Meet Matthew Brand. With an intelligence so great that it can't be quantified Brand could do great important things. He has the ability to change what we know about physics, mathematics...any field that draws his interest. Unfortunately he's also a psychopath.
When his son is shot down by the police despite having done nothing wrong Brand wants what any parent in his position would want- his son back, and revenge against the police involved. But he doesn't have to just want; Brand has the power to do both.
After he has murdered all of the policeman involved in the killing, Brand's megalomania overrides his genius- he tells the world where he can be found. He wants an audience as his son regains life. The story gets a little murky here, and for some reason Brand is unable to deliver. Instead he sits laughing, as gunfire destroys the equipment he has set up for his work.
Rather than execute Brand or imprison him, he is sentenced to a new device called the wall. There he sits in suspended animation. He is being kept alive so scientists can study his brain and gain an understanding of how it is different. There he sits for ten years, alive but insentient and unknowing.
Until he escapes ten years later.
Much of this backstory is told in excerpts of a book written by journalist Jeffrey Dillon. His book is considered the definitive work on Brand and has made Jeffrey rich and brought him a modicum of fame.
Brand is still committed to bringing his son back. To do this he needs bodies. He knows just where to get them- the relatives of the cops that killed his boy.
Allison is climbing the ladder at the FBI, at the expense of her family life. She jumps at the chance to lead the detail tasked with tracking Brand down.
Rally was Brand's wife, now remarried. She is his one weakness - his adoration for his ex wife causes Brand to take risks he knows are not smart. Rally still loves Brand, but knows he's insane. She thinks his attempts to bring their son back are an abomination, and she wants him to stop killing.
David Beers weaves a taut psychological thriller. He deftly jumps from one point of view to another, giving the reader a keen understanding of their perspectives. At times he presents Brand in a sympathetic enough light that you begin to feel a bit sorry for him. Then he has him incinerate four FBI agents or kidnap a three year old child and effectively end his life.
So the book goes, whipping the reader first this way and then the other until you can't turn the page fast enough. Beers is expert in his pacing. He brings the action to a boiling point, calamity occurs...and the next chapter is a flashback. The affect leaves the reader in breathless anticipation.

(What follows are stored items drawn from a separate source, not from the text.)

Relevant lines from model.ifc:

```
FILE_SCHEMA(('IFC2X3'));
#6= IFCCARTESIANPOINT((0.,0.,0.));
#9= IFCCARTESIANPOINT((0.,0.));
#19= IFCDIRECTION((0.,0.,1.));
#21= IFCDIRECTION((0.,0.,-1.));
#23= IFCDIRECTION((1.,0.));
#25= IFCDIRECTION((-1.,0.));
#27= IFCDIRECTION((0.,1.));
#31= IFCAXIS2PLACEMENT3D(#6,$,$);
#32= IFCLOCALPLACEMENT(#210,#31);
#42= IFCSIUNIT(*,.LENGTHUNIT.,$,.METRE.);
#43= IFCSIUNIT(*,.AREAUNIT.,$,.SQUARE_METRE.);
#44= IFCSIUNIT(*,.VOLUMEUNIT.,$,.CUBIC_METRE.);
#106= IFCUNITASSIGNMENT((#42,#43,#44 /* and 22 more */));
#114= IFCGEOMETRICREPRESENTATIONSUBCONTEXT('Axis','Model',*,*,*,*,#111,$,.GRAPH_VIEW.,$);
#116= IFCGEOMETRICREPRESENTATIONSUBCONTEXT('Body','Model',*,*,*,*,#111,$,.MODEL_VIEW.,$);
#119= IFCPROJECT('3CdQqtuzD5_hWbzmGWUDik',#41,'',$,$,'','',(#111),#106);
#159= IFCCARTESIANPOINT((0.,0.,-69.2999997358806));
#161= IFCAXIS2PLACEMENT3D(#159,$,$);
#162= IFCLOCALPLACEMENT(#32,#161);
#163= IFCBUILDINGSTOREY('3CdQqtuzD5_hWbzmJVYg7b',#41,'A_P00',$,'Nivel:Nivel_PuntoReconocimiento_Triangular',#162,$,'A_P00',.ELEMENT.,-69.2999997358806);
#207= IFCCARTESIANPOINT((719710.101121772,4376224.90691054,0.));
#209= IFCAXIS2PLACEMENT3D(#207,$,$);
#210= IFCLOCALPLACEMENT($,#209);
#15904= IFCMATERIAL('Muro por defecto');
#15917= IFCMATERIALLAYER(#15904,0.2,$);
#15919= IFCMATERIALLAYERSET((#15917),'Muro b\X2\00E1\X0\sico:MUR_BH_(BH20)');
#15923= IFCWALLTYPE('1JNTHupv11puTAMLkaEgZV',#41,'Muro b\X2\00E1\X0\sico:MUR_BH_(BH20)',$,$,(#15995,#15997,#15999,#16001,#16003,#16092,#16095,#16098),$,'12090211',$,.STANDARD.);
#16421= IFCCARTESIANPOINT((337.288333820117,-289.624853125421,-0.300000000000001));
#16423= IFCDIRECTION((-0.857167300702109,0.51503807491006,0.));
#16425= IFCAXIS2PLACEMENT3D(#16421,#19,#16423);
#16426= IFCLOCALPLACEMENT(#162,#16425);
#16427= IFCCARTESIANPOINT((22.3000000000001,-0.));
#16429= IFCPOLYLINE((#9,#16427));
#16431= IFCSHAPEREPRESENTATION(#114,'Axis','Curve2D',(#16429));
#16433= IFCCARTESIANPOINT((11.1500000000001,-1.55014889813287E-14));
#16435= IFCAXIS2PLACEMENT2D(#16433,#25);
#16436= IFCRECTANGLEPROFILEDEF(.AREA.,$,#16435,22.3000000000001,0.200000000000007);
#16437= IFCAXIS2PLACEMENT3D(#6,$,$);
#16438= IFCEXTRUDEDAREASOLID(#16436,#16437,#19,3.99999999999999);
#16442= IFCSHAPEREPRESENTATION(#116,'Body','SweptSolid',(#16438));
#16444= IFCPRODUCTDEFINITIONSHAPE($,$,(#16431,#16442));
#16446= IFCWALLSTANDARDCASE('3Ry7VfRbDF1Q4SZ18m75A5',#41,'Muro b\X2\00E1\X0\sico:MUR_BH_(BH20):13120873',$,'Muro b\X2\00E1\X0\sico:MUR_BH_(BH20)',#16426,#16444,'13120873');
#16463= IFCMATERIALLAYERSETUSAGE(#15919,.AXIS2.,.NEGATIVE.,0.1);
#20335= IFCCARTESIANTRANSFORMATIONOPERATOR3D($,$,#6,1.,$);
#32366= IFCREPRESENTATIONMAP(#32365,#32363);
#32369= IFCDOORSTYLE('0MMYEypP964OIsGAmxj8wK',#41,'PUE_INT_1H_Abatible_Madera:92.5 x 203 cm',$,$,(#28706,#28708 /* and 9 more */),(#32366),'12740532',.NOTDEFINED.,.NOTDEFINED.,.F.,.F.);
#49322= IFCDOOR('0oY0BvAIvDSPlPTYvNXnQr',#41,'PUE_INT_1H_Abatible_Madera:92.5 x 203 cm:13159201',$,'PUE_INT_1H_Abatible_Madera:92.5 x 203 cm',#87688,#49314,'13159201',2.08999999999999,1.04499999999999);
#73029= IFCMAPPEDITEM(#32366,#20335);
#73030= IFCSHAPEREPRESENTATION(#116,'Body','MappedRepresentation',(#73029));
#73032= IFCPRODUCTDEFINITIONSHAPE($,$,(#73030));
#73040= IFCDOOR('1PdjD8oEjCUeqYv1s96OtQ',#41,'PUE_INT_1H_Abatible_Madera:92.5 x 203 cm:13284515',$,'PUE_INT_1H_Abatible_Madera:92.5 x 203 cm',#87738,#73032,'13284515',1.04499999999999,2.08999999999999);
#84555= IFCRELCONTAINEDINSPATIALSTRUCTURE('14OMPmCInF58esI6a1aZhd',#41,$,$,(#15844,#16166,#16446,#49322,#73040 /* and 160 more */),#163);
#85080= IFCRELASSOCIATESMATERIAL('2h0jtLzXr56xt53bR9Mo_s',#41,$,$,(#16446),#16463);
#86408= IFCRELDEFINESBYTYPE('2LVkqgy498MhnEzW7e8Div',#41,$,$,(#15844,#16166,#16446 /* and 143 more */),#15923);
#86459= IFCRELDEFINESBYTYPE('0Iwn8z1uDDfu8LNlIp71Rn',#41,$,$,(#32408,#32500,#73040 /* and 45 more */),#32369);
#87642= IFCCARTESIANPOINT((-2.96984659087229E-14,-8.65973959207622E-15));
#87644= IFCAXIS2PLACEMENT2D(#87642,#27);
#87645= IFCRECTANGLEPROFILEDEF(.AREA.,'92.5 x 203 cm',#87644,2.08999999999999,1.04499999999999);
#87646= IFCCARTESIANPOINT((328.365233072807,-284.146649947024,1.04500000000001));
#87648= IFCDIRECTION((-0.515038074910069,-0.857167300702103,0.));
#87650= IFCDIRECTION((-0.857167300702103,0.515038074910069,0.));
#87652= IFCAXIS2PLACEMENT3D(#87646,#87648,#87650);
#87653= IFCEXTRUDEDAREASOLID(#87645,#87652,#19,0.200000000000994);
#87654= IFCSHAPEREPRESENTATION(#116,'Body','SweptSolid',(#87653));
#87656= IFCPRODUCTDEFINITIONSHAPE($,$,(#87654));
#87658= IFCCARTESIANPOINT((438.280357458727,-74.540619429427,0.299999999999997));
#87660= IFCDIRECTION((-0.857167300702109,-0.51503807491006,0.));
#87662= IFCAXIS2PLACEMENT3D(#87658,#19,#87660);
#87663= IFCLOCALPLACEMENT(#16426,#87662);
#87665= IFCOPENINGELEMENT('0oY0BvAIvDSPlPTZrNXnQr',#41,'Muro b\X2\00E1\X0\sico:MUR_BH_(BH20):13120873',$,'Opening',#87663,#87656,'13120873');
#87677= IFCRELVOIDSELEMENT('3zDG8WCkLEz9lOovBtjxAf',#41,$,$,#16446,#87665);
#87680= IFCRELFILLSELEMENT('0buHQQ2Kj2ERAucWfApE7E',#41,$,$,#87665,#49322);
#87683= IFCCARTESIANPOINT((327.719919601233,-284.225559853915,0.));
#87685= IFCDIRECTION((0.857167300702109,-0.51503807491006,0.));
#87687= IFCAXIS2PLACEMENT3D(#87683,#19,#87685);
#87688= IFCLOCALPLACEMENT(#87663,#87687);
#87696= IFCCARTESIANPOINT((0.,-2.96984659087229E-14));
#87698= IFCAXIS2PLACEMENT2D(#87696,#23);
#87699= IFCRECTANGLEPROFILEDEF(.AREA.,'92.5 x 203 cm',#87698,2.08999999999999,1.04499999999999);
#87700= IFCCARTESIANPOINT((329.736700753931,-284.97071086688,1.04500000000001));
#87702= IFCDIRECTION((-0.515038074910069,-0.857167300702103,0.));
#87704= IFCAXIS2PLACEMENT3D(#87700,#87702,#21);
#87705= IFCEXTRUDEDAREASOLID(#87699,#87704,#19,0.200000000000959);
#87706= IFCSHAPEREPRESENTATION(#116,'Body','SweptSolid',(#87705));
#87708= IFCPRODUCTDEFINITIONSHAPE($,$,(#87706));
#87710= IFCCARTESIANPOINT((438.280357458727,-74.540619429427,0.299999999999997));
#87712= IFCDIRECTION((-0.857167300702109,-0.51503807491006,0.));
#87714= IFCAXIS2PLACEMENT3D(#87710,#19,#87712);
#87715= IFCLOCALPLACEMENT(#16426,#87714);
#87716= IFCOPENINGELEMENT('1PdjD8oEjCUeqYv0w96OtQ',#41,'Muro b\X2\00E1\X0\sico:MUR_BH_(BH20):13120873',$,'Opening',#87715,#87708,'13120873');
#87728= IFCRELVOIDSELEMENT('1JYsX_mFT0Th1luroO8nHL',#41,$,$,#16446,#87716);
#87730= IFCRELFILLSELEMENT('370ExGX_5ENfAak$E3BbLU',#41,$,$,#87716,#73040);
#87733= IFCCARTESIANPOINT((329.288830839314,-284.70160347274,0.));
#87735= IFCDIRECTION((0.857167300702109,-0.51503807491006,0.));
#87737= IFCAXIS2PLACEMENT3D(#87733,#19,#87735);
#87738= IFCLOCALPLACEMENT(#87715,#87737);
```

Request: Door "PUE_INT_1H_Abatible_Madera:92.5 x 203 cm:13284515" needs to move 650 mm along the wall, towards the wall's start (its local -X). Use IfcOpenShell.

```python
import ifcopenshell
import ifcopenshell.api.geometry
import ifcopenshell.util.placement
import ifcopenshell.util.unit

model = ifcopenshell.open("model.ifc")
unit_scale = ifcopenshell.util.unit.calculate_unit_scale(model)

door = model.by_id(73040)
opening = door.FillsVoids[0].RelatingOpeningElement
wall = opening.VoidsElements[0].RelatingBuildingElement

wall_matrix = ifcopenshell.util.placement.get_local_placement(wall.ObjectPlacement)
shift = wall_matrix[:3, 0] * -0.65 / unit_scale
before = ifcopenshell.util.placement.get_local_placement(door.ObjectPlacement)[:3, 3].copy()

# The door is placed relative to its opening, so it follows when the opening moves.
matrix = ifcopenshell.util.placement.get_local_placement(opening.ObjectPlacement)
matrix[:3, 3] += shift
ifcopenshell.api.geometry.edit_object_placement(
    model, product=opening, matrix=matrix, is_si=False, should_transform_children=True
)

after = ifcopenshell.util.placement.get_local_placement(door.ObjectPlacement)[:3, 3]
print("door moved by", (after - before).round(3) + 0.0)

model.write("model_rev.ifc")
```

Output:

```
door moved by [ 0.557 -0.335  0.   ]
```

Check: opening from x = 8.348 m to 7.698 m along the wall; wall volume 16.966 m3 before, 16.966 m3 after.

His portrayal of Brand is superb. When Rally tries to stop him by driving a knife in his belly he reacts by breaking her neck. The villain is disconsolate. We sit and what his madness takes over as he goes from tears to rage, determined that their must be someone to blame for Rally's death. He never considers placing the blame where it belongs, on himself.
Likewise, there is never any consideration of whether bringing his son back is appropriate or if there will be a downside. Simply by want of Brand possessing the ability to do so, it must be done- regardless of the death toll it requires.
There are a few small issues keeping it from being a five star work.
For some reason there is no explanation of the science Brand is using to reanimate his son. It requires living but immobile victims, and tubes running from the victims to a large receptacle. But that's all we get.
And there are a couple of implausible situations. For instance at one point a woman on Brand's hit list has layers of police protection- there is simply no way for a civilian to get to her. Brand's answer is kill one of the officers on the detail, disguise himself, and impersonate the officer. This he does, sharing a car ride with the Allison at one point and even having a conversation with his victim-to-be at another. For some reason a policeman no one has ever seen before doesn't ring any alarm bells with the other officers and agents.
But these are minor issues, and are easily over shadowed by the rest of the book. Excellent writing, plausible dialogue, a believable look into the mind of a madman. Just a great read.